Collected data:
# # # #

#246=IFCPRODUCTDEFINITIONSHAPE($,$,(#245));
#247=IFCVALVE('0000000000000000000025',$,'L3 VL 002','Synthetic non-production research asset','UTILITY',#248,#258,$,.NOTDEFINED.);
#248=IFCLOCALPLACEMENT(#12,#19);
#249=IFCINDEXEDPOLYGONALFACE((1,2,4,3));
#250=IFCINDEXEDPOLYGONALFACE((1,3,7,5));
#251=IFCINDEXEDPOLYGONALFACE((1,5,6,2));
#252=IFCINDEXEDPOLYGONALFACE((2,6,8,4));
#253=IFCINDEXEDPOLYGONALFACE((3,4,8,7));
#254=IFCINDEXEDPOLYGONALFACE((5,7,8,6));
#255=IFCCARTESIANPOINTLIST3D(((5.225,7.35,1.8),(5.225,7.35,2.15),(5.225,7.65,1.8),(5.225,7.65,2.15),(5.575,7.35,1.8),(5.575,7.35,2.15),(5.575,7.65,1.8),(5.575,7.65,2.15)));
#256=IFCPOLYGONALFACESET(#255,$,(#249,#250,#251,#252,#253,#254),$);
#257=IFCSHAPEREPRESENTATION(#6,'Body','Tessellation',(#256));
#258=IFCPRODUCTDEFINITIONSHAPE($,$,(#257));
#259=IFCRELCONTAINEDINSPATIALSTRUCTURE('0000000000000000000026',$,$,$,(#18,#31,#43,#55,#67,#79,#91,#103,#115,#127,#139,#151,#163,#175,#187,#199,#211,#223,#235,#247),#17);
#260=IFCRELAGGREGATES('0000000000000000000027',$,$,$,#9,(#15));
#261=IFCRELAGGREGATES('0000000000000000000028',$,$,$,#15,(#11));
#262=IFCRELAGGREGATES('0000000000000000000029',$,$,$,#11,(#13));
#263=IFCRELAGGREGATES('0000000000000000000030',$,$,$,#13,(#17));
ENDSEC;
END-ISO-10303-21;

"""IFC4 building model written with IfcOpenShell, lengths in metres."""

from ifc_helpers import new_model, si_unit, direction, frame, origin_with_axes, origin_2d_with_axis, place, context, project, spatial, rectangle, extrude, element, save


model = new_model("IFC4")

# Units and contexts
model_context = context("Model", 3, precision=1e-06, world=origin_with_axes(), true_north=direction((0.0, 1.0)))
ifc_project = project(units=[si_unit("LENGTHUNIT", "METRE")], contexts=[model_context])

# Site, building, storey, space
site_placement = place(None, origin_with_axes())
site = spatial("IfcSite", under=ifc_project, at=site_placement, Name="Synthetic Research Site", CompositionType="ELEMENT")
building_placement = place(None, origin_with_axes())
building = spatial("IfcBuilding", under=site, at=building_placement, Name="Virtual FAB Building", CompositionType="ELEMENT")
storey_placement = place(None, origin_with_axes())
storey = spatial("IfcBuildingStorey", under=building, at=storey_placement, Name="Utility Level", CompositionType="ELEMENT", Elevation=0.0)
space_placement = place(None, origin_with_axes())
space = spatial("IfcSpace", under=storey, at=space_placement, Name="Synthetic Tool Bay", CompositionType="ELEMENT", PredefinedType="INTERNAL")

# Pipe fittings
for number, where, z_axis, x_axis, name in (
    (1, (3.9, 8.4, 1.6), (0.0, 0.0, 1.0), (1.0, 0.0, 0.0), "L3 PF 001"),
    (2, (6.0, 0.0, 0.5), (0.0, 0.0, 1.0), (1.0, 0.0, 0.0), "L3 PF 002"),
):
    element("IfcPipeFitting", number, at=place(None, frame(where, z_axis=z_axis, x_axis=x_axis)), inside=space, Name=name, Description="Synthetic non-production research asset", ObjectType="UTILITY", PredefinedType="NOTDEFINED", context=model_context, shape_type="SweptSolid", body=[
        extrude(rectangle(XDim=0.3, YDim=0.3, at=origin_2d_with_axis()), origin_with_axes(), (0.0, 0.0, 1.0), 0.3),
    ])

# # # #

Directions: Look through the entries above, and wherever a line holds the string "Synthetic", copy it.

Solution to the problem:
#247=IFCVALVE('0000000000000000000025',$,'L3 VL 002','Synthetic non-production research asset','UTILITY',#248,#258,$,.NOTDEFINED.);
site = spatial("IfcSite", under=ifc_project, at=site_placement, Name="Synthetic Research Site", CompositionType="ELEMENT")
space = spatial("IfcSpace", under=storey, at=space_placement, Name="Synthetic Tool Bay", CompositionType="ELEMENT", PredefinedType="INTERNAL")
    element("IfcPipeFitting", number, at=place(None, frame(where, z_axis=z_axis, x_axis=x_axis)), inside=space, Name=name, Description="Synthetic non-production research asset", ObjectType="UTILITY", PredefinedType="NOTDEFINED", context=model_context, shape_type="SweptSolid", body=[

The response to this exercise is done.